Andrew Dismore, AJAG's coordinator, said:

"Even if we are only half right, the cost to the NHS of these ill thought out and hast measures is truly shocking. The government is determined to press ahead, despite all the evidence pointing to them heading for a legal services train wreck.

"Our figures do not even take into account the long term cost of caring for injured accident victims who will now no longer claim, so the cost of their care falls on hard pressed local councils and the NHS, rather than the insurance companies."

Opposition to the bill is intensifying.

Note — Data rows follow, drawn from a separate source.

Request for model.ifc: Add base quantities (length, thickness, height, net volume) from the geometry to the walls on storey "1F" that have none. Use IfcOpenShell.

First a look at what the model holds.

```python
import ifcopenshell
import ifcopenshell.util.element
import ifcopenshell.util.unit

model = ifcopenshell.open("model.ifc")
print(model.schema)
for unit_type in ("LENGTHUNIT", "AREAUNIT", "VOLUMEUNIT"):
    print(unit_type, ifcopenshell.util.unit.calculate_unit_scale(model, unit_type))
storey = next(s for s in model.by_type("IfcBuildingStorey") if s.Name == "1F")
walls = [e for e in ifcopenshell.util.element.get_decomposition(storey) if e.is_a("IfcWall")]
for e in sorted(walls, key=lambda e: e.id()):
    print(e.id(), e.is_a(), e.Name, list(ifcopenshell.util.element.get_psets(e, qtos_only=True)), sep=" | ")
```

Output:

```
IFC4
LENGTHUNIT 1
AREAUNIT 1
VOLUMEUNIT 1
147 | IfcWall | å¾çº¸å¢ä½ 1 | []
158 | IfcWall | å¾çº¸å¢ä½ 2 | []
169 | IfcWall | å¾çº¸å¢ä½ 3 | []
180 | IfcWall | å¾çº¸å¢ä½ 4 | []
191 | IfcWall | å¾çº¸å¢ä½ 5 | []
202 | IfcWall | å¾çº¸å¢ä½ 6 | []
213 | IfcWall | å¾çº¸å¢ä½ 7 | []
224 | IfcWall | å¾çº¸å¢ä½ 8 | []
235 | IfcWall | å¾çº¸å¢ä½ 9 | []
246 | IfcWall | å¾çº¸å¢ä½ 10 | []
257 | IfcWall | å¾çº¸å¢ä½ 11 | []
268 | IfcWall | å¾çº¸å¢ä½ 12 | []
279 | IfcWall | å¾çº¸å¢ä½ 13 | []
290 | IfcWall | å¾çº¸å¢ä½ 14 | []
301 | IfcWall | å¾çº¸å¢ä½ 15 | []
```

```python
import ifcopenshell
import ifcopenshell.api.pset
import ifcopenshell.geom
import ifcopenshell.util.element
import ifcopenshell.util.shape
import ifcopenshell.util.unit

model = ifcopenshell.open("model.ifc")
unit_scale = ifcopenshell.util.unit.calculate_unit_scale(model)
volume_scale = ifcopenshell.util.unit.calculate_unit_scale(model, "VOLUMEUNIT")
settings = ifcopenshell.geom.settings()

storey = next(s for s in model.by_type("IfcBuildingStorey") if s.Name == "1F")
walls = [e for e in ifcopenshell.util.element.get_decomposition(storey) if e.is_a("IfcWall")]

for e in sorted(walls, key=lambda e: e.id()):
    if ifcopenshell.util.element.get_psets(e, qtos_only=True, should_inherit=False):
        continue
    # Geometry comes back in metres, in the element's own axes.
    shape = ifcopenshell.geom.create_shape(settings, e)
    values = {
        "Length": ifcopenshell.util.shape.get_x(shape.geometry) / unit_scale,
        "Width": ifcopenshell.util.shape.get_y(shape.geometry) / unit_scale,
        "Height": ifcopenshell.util.shape.get_z(shape.geometry) / unit_scale,
        "NetVolume": ifcopenshell.util.shape.get_volume(shape.geometry) / volume_scale,
    }
    qto = ifcopenshell.api.pset.add_qto(model, product=e, name="Qto_WallBaseQuantities")
    ifcopenshell.api.pset.edit_qto(model, qto=qto, properties=values)
    print(e.id(), {k: round(v, 3) for k, v in values.items()})

model.write("model_rev.ifc")
```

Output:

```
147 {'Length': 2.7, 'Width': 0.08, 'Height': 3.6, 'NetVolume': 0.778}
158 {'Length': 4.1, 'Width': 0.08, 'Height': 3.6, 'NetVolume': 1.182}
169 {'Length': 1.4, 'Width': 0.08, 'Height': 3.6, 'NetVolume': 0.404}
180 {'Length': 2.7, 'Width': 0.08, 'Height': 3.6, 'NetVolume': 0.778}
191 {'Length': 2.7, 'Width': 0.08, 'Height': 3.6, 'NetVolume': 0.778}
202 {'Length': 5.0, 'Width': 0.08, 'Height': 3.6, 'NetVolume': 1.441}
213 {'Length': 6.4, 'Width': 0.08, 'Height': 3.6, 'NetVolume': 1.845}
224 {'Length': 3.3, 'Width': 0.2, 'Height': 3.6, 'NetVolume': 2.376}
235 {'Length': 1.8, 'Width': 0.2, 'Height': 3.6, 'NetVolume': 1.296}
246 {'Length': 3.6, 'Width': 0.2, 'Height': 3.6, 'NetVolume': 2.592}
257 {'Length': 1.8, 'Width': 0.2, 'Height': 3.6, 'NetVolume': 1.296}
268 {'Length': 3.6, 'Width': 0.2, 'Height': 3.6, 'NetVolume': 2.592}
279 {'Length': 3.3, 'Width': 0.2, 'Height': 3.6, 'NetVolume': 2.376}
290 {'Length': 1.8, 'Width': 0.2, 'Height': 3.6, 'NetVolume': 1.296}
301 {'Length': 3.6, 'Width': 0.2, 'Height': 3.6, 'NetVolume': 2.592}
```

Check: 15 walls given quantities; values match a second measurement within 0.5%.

The Spinal Injuries Association, supported by the brain injury charity Headway and Action Against Medical Accidents, has announced that it has lodged an application for judicial review of Clarke's plans to alter "no win, no fee" agreements.

(Under the governments' proposals, claimants' lawyers will have to take their success fees out of any compensation awarded rather than from the defendant. The switch, it is alleged, will render many claims financially unattractive to pursue.)

"Ministers have failed to consider properly the devastating impact its proposals could have on disabled people," Dan Burden of the Spinal Injuries Association, said.

"For a great many people whose lives have been devastated through a catastrophic event such as a spinal cord injury, the "no win, no fee" system has opened up the opportunity, irrespective of means, to submit a legitimate claim.

A newly injured person who is facing up to a life of permanent disability and paralysis should be entitled to obtain good quality legal advice which is independent, without financial pressures impacting their decision to progress a claim."